Customer analysis
2022
Your customers are the most important actors when it comes to ensuring the future survival of your business...
april 4, 2013
The purpose of The St. Gallen Magic Triangle (Gassmann et al. 2019) is to provide a better understanding of the most important driving forces that characterize successful business models, and to promote innovation of business models via a structured approach.
The St. Gallen Magic Triangle, is characterized by its simplicity and ease of use, while it at the same time offers a clear picture of the architecture behind the business model. Therefore, St. Gallen Magic Triangle offers companies an outside-in perspective from which they can develop innovative business models.
For further information regarding the vision behind the tool, go to businessmodelnavigator.com.
In the video below, Madalina Pop, Assistant Professor at the Department of Business Development and Technology, Aarhus University, presents the various dimensions of the Magic Triangle, as well as how the Magic Triangle can be used as an innovation tool (UK texts can be activated).
Set aside 1-1.5 hour for analysis and description of the business model dimensions.
It will be a great advantage to involve different key employees in this process. Firstly, because different people bring different ideas and points into play; secondly, because employees in different jobs together will create a more detailed and complete analysis, and last, but not least, because the analysis process itself is an excellent way to create a common understanding of what changes the company must go through as well as why and how.

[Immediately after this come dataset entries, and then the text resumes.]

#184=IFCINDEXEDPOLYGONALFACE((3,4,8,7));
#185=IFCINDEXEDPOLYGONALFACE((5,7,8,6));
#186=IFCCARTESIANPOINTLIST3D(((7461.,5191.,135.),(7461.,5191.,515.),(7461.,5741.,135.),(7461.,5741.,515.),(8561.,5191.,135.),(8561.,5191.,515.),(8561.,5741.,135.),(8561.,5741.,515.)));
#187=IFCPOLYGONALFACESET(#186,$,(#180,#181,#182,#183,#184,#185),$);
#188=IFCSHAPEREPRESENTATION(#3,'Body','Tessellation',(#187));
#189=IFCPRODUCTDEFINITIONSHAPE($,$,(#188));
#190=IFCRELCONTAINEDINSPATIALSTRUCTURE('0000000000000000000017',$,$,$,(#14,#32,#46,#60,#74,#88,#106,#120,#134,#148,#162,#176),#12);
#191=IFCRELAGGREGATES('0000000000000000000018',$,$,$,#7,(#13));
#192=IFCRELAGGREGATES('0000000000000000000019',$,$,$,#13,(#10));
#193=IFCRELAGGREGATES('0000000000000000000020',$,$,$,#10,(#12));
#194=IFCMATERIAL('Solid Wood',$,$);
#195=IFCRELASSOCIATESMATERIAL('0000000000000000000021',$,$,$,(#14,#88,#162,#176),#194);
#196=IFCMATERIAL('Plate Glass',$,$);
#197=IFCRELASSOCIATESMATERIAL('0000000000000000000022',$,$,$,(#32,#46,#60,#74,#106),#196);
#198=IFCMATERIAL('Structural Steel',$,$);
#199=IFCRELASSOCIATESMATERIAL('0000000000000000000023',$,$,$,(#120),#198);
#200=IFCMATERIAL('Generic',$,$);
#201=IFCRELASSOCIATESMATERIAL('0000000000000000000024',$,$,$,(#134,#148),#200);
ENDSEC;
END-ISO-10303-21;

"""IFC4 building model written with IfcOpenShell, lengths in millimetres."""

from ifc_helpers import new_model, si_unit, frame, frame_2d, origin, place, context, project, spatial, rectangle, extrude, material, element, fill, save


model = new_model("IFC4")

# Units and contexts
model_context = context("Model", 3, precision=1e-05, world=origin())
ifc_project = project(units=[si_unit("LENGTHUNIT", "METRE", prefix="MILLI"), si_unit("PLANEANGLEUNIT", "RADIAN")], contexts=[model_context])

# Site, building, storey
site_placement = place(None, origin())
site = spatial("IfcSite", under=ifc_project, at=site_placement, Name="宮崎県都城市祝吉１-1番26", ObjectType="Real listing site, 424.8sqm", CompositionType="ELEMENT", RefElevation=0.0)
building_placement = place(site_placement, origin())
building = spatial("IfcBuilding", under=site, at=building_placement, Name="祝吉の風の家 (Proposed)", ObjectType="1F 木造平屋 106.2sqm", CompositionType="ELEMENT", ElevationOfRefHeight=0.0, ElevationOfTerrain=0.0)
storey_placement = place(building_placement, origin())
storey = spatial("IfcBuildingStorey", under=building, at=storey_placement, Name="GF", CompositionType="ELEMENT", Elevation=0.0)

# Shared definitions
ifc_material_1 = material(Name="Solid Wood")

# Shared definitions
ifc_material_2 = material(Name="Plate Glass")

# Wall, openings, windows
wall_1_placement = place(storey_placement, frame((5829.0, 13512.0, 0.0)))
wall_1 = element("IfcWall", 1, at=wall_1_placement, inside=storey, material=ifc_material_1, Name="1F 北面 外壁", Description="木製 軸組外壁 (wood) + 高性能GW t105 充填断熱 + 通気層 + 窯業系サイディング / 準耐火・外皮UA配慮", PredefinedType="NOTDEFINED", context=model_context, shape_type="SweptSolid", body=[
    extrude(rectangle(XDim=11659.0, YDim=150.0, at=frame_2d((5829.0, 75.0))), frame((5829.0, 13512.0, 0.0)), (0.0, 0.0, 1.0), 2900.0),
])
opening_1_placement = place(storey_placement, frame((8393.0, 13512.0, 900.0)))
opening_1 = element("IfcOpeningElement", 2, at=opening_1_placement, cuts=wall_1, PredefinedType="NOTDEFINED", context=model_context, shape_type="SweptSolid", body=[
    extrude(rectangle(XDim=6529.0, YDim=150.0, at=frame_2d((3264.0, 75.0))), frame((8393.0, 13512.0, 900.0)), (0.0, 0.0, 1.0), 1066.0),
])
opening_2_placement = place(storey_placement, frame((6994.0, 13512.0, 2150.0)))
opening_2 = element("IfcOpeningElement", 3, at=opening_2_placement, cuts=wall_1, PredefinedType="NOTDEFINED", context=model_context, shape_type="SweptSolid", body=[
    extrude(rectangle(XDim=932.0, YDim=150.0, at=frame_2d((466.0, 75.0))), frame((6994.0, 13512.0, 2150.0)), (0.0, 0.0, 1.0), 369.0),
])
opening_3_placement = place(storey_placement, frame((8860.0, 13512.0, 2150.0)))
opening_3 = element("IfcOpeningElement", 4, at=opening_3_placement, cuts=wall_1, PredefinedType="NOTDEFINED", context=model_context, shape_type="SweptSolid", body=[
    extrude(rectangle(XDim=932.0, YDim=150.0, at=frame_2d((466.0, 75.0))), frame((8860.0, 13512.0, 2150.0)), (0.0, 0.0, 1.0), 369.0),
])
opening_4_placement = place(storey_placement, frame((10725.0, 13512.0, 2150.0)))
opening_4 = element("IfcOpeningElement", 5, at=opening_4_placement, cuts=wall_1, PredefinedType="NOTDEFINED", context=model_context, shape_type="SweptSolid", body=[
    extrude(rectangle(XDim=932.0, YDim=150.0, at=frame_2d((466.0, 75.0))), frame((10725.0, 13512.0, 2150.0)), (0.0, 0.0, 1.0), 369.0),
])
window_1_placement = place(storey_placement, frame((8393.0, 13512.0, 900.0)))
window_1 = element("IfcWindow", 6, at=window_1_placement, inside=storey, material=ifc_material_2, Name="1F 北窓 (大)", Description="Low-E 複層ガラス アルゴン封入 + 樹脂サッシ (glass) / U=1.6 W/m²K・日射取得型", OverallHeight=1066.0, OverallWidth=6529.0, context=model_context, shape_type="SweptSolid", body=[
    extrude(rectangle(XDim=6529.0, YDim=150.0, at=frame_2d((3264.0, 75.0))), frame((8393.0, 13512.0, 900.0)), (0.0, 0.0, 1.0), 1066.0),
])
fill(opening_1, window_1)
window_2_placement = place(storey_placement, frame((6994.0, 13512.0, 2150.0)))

You will need a digital or printed version of the tool in large format, a lot of self-adhesive paper slips (post-its) and pens (one for each participant). In principle, the results of the analysis can be written directly into a blank document on a computer, but it is highly recommended to perform the analysis on paper, as it is much more flexible and makes it easier to stay focused.
1) The first dimension in the tool, the “Who”, refers to the customer. Being aware of who your target customers are is a key dimension in creating a successful business model.
Here you shall decide which customer group this business model is designed to target.
The target customer segment can be both in the business-to-business segment and Business-to-consumer segment. Thereby the customers might be end users, but can just as well just be customers, with their own customers, further down the value chain.
You can find a helping hand when defining your target customer group in the module Customer Analysis. This module includes insights into using Personas, as well as defining current and new Customer segments.
2) The “What” describes what value that is being offered to the customer. Here you shall formulate the value proposition, which is the unique value that you want to offer to the customer segment chosen in “Who”. Here it is key to consider what the chosen target customer finds valuable. Hence, this underlies the importance of not falling into the trap of perceiving the value of your business model in terms of what your company finds valuable, but remember to use the Outside-in Principle that was presented in the module Basic Principles and take the viewpoint of your customers.
In the module Service Design, the Value design tool offers a way to formulate a unique value based on the needs of the chosen customer segment.
3) The “How” grasps all the activities and processes of the company as part of the effort to build and distribute the chosen value proposition to the target customer group.
Here you shall formulate all activities related to the company’s value chain and all resources needed to sustain these activities. This will include both physical assets such as buildings and technology, and human assets in terms of people with the general or unique skill-sets to build and deliver the value proposition. Equally, you must remember to include the suppliers and know-how that is needed within the supply chain.
4) The fourth dimension is “Why”, which refers to the profit mechanism of the business model, and the venue for securing the company a desirable value. Often, the company will make money through a revenue model that offers customers to purchase the offered value proposition through a product or service, either with a one-time payment, a monthly subscription or another payment agreement.
When choosing your business model’s revenue model, try to consider how to straighten your business model and eliminate risks through the chosen value capture mechanisms or revenue model: If the business model for example relies on a high initial investment, you should focus on a revenue model that secures the highest possible revenue as fast as possible. Or if it is more important for business to keep a close relationship to the customers, as part of a data-driven business model were critical mass is essential, then a monthly subscription with services that ties the customers to the company might be better.
Note that some companies have multiple business models with different revenue models with the aim to attract different kinds of value.
In today’s ever-changing markets, there are many different ways of designing a company’s business model, and optimising the four dimensions to jointly support the highest possible value for the company through the chosen revenue model. The St. Gallen Business Model Navigator describes these patterns in more detail (Gassmann et al. 2019).
Now you should have an overview of your company’s business model including both internal and external factors as customers, suppliers and partners.
The result of working the four dimensions of the St. Gallen Magic Triangle is that a practical overview of the business model has been created.
This clearer picture also highlights the complexity of designing and maintaining a business model, as there are many interdependencies between the dimensions and what lies in extension of them. Even small changes in the market or in the value chain can have a large impact on your business model.
Now its advisable to test your business model up against the assumptions you may have made in the process of defining your business model.